* **Work to complete**
Filter these entries, keeping only lines that hold the word "IFCSHAPEREPRESENTATION".

* **Material provided**

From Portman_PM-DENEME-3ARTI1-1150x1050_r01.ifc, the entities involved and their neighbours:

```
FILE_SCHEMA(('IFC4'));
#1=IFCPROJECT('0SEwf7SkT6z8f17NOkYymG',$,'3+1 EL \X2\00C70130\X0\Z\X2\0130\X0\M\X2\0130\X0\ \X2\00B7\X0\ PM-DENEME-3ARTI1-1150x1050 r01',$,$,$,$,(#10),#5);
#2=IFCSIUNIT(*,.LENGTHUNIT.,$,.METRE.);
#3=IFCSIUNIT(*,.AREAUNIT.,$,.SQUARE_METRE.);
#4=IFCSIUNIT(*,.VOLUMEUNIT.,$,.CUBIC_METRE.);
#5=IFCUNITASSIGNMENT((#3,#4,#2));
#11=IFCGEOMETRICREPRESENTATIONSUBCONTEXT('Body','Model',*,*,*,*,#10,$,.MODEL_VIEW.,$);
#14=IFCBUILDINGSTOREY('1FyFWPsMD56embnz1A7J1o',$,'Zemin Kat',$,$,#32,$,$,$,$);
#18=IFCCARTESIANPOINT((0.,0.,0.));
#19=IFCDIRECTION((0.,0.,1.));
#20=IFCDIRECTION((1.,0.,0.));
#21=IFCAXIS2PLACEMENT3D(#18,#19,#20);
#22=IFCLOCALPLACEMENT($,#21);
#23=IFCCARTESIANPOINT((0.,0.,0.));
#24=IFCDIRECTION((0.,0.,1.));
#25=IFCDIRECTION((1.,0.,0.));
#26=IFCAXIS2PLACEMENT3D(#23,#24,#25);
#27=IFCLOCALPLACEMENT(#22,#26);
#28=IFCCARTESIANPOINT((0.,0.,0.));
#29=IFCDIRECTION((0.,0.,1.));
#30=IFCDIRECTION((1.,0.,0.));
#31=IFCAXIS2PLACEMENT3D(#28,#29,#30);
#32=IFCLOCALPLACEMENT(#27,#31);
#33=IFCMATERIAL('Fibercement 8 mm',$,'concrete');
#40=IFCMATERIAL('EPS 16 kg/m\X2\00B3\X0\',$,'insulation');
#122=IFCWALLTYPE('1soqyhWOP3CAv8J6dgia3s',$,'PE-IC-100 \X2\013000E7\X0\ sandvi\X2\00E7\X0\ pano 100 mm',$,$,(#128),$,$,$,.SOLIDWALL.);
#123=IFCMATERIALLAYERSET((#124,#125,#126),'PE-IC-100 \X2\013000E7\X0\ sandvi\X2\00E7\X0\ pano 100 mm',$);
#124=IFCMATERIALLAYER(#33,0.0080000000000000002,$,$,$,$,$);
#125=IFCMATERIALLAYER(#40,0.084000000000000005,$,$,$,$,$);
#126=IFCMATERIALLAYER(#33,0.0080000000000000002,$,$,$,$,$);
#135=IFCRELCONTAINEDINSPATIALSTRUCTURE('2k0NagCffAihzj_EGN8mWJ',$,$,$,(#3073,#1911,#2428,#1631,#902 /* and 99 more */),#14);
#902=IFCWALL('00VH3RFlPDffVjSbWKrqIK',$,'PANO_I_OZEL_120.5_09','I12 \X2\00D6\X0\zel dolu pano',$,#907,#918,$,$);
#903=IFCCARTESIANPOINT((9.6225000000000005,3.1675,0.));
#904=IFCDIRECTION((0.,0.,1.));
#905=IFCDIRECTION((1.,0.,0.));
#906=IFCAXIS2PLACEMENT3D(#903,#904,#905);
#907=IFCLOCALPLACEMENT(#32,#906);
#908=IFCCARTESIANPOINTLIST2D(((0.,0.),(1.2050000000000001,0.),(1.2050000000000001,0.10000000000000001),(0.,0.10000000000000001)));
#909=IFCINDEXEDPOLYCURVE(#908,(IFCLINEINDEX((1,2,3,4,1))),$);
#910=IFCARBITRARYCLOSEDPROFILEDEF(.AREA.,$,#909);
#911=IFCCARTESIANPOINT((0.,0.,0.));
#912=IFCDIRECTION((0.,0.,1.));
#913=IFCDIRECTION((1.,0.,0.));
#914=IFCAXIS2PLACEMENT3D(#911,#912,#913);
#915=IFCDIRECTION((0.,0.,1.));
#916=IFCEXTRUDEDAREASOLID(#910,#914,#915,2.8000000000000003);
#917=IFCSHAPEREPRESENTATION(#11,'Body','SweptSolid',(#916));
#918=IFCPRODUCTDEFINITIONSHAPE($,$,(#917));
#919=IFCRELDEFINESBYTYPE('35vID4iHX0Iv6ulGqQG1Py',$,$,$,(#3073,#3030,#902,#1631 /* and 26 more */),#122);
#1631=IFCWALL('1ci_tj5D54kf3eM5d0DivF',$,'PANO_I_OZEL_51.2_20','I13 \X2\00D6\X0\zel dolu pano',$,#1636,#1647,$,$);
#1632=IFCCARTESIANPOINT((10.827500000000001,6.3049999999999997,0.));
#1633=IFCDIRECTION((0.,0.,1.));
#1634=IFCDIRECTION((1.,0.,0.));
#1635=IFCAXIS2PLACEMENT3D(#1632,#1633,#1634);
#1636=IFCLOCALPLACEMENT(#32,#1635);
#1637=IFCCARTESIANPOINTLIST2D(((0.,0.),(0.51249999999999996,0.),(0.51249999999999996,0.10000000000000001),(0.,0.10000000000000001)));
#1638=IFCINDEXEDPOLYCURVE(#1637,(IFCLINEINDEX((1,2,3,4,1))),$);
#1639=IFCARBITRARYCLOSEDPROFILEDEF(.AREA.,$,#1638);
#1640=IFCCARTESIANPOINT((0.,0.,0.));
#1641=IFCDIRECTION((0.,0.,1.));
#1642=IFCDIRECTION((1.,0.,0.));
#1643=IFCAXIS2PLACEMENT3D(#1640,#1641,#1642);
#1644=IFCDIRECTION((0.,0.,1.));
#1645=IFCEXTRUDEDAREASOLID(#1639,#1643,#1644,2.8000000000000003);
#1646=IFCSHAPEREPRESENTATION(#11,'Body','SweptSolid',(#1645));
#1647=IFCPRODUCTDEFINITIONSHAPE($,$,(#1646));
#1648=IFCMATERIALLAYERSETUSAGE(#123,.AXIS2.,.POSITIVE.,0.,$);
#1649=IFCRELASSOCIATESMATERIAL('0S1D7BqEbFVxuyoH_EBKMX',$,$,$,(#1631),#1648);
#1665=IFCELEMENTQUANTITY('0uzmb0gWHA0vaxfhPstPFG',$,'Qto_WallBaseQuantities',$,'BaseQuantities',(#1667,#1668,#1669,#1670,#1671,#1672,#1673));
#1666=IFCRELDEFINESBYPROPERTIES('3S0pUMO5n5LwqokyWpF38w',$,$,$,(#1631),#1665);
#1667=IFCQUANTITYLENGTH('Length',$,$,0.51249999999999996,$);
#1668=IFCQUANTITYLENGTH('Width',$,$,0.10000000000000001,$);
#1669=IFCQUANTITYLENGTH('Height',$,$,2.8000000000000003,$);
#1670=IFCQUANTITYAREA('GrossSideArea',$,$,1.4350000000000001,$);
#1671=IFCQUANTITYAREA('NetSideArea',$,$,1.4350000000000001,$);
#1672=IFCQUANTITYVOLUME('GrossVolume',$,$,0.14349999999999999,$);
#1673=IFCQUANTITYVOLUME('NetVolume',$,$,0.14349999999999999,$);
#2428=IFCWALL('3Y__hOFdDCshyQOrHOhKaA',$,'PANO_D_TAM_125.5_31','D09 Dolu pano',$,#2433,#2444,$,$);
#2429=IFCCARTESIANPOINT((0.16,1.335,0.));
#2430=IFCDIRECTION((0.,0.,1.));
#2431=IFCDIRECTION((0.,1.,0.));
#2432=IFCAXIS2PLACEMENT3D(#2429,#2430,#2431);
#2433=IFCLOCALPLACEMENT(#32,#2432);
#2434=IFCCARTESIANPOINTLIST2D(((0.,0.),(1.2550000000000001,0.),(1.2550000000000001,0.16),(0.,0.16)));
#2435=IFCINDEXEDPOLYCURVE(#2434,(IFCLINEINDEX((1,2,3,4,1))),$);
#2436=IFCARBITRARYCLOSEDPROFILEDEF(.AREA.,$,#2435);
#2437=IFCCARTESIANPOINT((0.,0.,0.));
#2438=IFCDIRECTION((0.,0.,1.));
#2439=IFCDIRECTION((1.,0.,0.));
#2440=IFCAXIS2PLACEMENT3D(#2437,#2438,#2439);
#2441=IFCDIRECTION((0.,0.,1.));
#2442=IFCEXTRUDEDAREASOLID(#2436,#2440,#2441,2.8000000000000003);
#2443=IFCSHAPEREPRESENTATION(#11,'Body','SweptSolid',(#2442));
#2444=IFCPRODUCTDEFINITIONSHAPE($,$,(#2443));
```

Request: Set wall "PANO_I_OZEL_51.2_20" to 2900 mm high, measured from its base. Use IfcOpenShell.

```python
import ifcopenshell
import ifcopenshell.api.pset
import ifcopenshell.geom
import ifcopenshell.util.element
import ifcopenshell.util.representation
import ifcopenshell.util.shape
import ifcopenshell.util.unit

model = ifcopenshell.open("Portman_PM-DENEME-3ARTI1-1150x1050_r01.ifc")
unit_scale = ifcopenshell.util.unit.calculate_unit_scale(model)
area_scale = ifcopenshell.util.unit.calculate_unit_scale(model, "AREAUNIT")
volume_scale = ifcopenshell.util.unit.calculate_unit_scale(model, "VOLUMEUNIT")
settings = ifcopenshell.geom.settings()


def volume(element):
    """Net volume in cubic metres, openings subtracted."""
    shape = ifcopenshell.geom.create_shape(settings, element)
    return ifcopenshell.util.shape.get_volume(shape.geometry)


wall = model.by_guid("1ci_tj5D54kf3eM5d0DivF")
before = volume(wall)

body = ifcopenshell.util.representation.get_representation(wall, "Model", "Body")
solid = body.Items[0]
old_height = solid.Depth
solid.Depth = 2.9 / unit_scale
after = volume(wall)
thickness = 0.1  # wall thickness in metres

# Update the stored height, areas and volumes.
qto = model.by_id(ifcopenshell.util.element.get_pset(wall, "Qto_WallBaseQuantities", should_inherit=False)["id"])
ifcopenshell.api.pset.edit_qto(model, qto=qto, properties={
    "Height": solid.Depth,
    "GrossSideArea": ifcopenshell.util.element.get_pset(wall, "Qto_WallBaseQuantities", "GrossSideArea") * solid.Depth / old_height,
    "NetSideArea": after / thickness / area_scale,
    "GrossVolume": ifcopenshell.util.element.get_pset(wall, "Qto_WallBaseQuantities", "GrossVolume") * solid.Depth / old_height,
    "NetVolume": after / volume_scale,
})

print(f"height {old_height:g} -> {solid.Depth:g}, volume {before:.3f} -> {after:.3f} m3")

model.write("Portman_PM-DENEME-3ARTI1-1150x1050_r01-out.ifc")
```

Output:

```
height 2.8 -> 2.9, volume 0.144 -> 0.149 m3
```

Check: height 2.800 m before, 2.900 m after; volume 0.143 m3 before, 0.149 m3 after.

* **Answer to the problem**
#917=IFCSHAPEREPRESENTATION(#11,'Body','SweptSolid',(#916));
#1646=IFCSHAPEREPRESENTATION(#11,'Body','SweptSolid',(#1645));
#2443=IFCSHAPEREPRESENTATION(#11,'Body','SweptSolid',(#2442));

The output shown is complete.